# GA15DE SERVICE MANUAL



## pepe_moro (Sep 14, 2006)

HI ANYONE KNOWS WHERE CAN I FIND THE SERVICE MANUAL FOR MY NISSAN SUNNY 98 GA15DE???, if theres is a link to download the manual please let me know.


----------



## TeKKiE (Aug 8, 2006)

pepe_moro said:


> HI ANYONE KNOWS WHERE CAN I FIND THE SERVICE MANUAL FOR MY NISSAN SUNNY 98 GA15DE???, if theres is a link to download the manual please let me know.


GA15? I would have thought that it only came with a 1.6 for 1996+ vehicles?
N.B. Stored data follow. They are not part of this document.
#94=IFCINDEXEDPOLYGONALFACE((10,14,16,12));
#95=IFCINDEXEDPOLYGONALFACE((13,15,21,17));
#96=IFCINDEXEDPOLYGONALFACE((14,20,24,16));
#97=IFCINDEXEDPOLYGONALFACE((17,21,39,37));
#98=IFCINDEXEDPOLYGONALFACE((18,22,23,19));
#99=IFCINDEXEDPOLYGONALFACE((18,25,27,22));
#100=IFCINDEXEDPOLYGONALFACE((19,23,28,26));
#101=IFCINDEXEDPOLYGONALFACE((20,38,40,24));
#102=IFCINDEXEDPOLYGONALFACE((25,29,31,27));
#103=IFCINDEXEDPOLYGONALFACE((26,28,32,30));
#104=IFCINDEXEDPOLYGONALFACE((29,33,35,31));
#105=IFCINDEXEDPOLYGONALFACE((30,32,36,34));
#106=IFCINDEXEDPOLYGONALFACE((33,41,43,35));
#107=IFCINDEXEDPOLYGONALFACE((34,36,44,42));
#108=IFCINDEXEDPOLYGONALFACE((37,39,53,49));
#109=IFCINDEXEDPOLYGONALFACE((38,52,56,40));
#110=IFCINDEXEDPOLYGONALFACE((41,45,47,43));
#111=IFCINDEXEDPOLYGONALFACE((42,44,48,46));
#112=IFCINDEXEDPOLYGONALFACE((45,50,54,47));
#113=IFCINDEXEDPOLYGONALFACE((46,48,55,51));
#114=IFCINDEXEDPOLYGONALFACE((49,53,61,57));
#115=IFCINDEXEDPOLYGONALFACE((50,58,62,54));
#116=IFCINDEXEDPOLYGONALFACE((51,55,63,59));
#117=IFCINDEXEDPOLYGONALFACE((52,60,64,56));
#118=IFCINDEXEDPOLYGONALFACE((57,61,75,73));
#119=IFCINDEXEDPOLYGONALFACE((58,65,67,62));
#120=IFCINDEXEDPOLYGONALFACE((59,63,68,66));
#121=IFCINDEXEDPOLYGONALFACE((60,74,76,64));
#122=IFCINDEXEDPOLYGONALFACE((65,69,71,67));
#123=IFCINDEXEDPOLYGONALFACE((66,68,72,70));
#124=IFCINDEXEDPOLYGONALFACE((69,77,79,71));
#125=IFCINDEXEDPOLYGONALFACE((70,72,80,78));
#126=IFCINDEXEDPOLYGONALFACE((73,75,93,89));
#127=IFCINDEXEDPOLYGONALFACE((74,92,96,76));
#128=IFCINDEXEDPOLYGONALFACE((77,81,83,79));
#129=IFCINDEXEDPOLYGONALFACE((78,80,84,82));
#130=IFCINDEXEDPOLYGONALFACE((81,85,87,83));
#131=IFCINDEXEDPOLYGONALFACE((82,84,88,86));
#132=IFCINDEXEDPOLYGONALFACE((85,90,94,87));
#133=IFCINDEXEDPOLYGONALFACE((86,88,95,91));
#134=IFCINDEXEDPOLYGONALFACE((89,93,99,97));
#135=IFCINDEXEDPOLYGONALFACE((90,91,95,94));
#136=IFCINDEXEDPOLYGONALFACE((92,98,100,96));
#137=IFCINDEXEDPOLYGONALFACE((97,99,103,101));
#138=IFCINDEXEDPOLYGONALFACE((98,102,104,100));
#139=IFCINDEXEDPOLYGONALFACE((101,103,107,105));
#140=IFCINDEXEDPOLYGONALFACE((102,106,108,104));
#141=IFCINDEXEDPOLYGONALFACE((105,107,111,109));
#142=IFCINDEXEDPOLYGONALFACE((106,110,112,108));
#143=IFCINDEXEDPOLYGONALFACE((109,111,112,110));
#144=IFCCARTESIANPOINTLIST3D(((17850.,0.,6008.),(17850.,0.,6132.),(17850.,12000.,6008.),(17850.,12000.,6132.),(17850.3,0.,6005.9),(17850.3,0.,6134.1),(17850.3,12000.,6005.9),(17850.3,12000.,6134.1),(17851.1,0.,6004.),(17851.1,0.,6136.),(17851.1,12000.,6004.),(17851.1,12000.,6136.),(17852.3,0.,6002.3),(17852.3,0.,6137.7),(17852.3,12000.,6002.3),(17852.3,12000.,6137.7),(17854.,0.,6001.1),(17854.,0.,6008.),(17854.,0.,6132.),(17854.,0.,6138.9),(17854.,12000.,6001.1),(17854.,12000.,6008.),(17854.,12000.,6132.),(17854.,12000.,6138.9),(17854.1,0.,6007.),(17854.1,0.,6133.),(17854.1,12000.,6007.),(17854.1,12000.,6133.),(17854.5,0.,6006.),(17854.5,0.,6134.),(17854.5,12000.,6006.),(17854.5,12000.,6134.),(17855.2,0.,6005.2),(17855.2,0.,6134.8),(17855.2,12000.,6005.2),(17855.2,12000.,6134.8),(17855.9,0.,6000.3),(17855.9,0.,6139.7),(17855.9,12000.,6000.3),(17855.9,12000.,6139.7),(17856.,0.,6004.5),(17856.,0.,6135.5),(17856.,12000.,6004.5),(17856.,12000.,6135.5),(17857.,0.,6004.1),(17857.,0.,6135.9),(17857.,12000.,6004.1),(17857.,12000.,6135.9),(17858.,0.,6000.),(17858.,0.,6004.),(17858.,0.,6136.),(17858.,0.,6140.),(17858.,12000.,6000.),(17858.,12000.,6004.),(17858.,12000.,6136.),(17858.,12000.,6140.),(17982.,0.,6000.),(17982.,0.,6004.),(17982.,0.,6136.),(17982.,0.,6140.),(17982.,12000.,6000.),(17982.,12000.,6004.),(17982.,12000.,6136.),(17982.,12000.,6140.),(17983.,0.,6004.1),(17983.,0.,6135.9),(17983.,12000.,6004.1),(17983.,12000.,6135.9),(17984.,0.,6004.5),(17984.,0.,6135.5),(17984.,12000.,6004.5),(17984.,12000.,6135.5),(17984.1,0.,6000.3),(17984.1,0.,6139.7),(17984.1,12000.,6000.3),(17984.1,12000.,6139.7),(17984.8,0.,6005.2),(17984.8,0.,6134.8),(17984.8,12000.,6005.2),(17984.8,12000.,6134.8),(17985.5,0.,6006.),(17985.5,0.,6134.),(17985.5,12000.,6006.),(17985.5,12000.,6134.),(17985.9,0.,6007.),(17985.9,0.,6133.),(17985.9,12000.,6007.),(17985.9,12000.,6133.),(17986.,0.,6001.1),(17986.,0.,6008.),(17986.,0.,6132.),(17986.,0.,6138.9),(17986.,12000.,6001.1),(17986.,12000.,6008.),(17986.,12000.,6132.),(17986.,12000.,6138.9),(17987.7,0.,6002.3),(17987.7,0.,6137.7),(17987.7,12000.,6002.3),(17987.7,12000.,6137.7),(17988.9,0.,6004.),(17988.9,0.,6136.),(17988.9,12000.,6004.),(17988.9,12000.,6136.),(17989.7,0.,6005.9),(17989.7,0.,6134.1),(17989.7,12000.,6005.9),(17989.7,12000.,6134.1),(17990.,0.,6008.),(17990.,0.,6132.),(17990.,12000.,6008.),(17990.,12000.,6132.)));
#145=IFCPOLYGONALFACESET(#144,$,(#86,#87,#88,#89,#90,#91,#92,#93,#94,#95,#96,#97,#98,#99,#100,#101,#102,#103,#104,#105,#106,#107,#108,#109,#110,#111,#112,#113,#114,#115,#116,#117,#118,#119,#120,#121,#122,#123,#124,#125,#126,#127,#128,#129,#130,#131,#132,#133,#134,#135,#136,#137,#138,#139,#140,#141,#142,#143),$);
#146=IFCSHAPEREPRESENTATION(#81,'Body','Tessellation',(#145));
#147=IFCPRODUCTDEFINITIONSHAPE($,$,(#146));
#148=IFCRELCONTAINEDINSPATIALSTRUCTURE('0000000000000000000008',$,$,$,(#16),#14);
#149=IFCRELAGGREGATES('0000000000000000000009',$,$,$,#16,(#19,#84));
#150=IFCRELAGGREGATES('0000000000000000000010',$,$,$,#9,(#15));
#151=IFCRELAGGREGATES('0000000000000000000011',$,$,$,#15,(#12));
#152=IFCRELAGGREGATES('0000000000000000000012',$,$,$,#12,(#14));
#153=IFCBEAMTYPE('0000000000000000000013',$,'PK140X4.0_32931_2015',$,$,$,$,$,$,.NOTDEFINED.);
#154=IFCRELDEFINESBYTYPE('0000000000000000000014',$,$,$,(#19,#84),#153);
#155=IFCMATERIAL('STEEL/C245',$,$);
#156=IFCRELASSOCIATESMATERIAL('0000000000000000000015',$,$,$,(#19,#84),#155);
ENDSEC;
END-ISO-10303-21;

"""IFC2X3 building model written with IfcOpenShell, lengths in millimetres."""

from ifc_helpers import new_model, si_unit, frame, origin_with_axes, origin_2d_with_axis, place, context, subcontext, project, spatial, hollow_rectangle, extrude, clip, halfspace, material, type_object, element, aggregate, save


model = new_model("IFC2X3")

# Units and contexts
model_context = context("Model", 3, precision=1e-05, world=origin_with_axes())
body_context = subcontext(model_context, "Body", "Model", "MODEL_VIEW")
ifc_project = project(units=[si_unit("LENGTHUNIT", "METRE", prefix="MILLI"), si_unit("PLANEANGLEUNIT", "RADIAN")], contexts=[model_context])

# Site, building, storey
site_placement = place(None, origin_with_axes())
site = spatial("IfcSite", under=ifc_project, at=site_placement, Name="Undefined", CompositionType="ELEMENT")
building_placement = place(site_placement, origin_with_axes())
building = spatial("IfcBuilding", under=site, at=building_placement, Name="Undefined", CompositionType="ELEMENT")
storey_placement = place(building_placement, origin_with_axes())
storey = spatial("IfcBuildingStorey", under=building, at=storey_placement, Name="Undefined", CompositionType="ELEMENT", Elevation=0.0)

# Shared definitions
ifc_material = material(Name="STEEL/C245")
Guess you got me...


----------



## stone (Jul 7, 2005)

If you are come from Hong Kong, you can ask Dai Chong for a copy of it.


----------



## narins (Feb 9, 2008)

Where I can download GA15DE Service manual.


----------



## IanH (Feb 11, 2003)

Try phatg20.net look in the "repository" and "FSM"

I expect the 1.5 GA is simular enough to the 1.6 that you can use this if you cant find the correct one. Since these are oranised by Car try both Sentra and Sunny ( the Asian Sunny was available with the 1.5 )


----------